1911年10月10日晚,驻守武汉的新军工程第八营的革命党人熊秉坤打响了武汉首义第一枪,1起义军在两天内迅速掌控了武汉三镇,成立了湖北军政府,推举黎元洪为都督,随后在两个月的时间里,湖南、广东、云南等十五个省宣布脱离清政府独立。1912年2月12日,清帝发布退位诏书,中国两千年的帝制时代宣告终结,共和时代来临。费正清认为:“1911年的革命标志着在这个世界上具有最悠久政治史的国度中一场迟到的中央权力的危机开始了。”2当然,这是事后总结,辛亥革命作为王朝危机的产物同时又是作为危机的解决,在中国古老的土地上建立了亚洲第一个共和国,这无疑为20世纪初期的世界带来了一抹新的曙光。
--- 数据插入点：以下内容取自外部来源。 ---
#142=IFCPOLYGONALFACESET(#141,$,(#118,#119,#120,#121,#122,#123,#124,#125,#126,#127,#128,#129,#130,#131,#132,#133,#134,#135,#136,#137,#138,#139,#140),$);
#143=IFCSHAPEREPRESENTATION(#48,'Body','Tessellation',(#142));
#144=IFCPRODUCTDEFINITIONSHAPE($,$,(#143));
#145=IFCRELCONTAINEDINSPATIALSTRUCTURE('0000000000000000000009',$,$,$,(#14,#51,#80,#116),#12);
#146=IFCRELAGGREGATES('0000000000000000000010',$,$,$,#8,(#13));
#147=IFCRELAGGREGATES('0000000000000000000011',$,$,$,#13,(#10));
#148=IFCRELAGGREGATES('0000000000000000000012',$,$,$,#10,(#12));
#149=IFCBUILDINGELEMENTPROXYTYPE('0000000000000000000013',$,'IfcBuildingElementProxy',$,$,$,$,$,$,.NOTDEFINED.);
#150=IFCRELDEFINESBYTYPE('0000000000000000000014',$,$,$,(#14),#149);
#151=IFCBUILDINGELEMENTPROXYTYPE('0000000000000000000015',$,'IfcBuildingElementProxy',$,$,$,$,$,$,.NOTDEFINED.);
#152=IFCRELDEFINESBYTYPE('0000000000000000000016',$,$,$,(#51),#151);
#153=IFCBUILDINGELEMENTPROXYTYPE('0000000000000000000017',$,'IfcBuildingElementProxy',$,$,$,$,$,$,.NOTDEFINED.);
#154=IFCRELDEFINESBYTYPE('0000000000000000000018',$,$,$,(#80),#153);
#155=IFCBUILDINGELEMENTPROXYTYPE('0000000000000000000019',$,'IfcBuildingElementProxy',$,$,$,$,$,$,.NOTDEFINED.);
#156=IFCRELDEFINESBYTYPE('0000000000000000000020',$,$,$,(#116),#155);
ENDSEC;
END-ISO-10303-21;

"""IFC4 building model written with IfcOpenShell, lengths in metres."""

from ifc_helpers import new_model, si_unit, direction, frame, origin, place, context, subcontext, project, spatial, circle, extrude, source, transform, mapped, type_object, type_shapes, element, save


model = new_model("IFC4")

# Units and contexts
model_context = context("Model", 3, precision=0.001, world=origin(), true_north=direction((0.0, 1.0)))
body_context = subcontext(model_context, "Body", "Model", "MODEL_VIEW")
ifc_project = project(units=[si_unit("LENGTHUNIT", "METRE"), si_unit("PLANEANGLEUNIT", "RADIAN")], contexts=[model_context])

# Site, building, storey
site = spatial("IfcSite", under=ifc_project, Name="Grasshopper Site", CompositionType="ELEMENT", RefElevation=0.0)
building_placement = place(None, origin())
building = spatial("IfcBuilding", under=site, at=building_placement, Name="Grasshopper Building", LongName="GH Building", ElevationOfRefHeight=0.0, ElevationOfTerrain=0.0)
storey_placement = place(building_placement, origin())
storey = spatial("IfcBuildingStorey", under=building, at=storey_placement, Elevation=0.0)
辛亥革命的成功,是革命党人持续不断地进行革命启蒙的结果,是革命话语不断深入人心的结果,也是戊戌维新以来革命派与改良派长期论战的结果。革命与改良赛跑,改良中途跌倒,革命率先达到终点。但是,革命成功的速度如此之快,代价如此之小,还是同时出乎了革命派和改良派的预料。孙中山在临时大总统就职宣言中发出了这样的感慨:“夫中国专制政治之毒,至二百余年来而滋甚,一旦以国民之力,踣而去之,起事不过数旬,光复已十余省,自有历史以来,成功未有若是之速也。”3梁启超也有相同看法,认为武汉起义“革数千年之帝政,而流血至少,所出代价至薄,诧以为奇。”4他把这个结果归之于革命前“报馆鼓吹之功”,也即是言论界和他本人长期致力于宣传“以黑血革命代红血革命”(所谓“黑血革命”是指报纸上的黑字)的基本理念。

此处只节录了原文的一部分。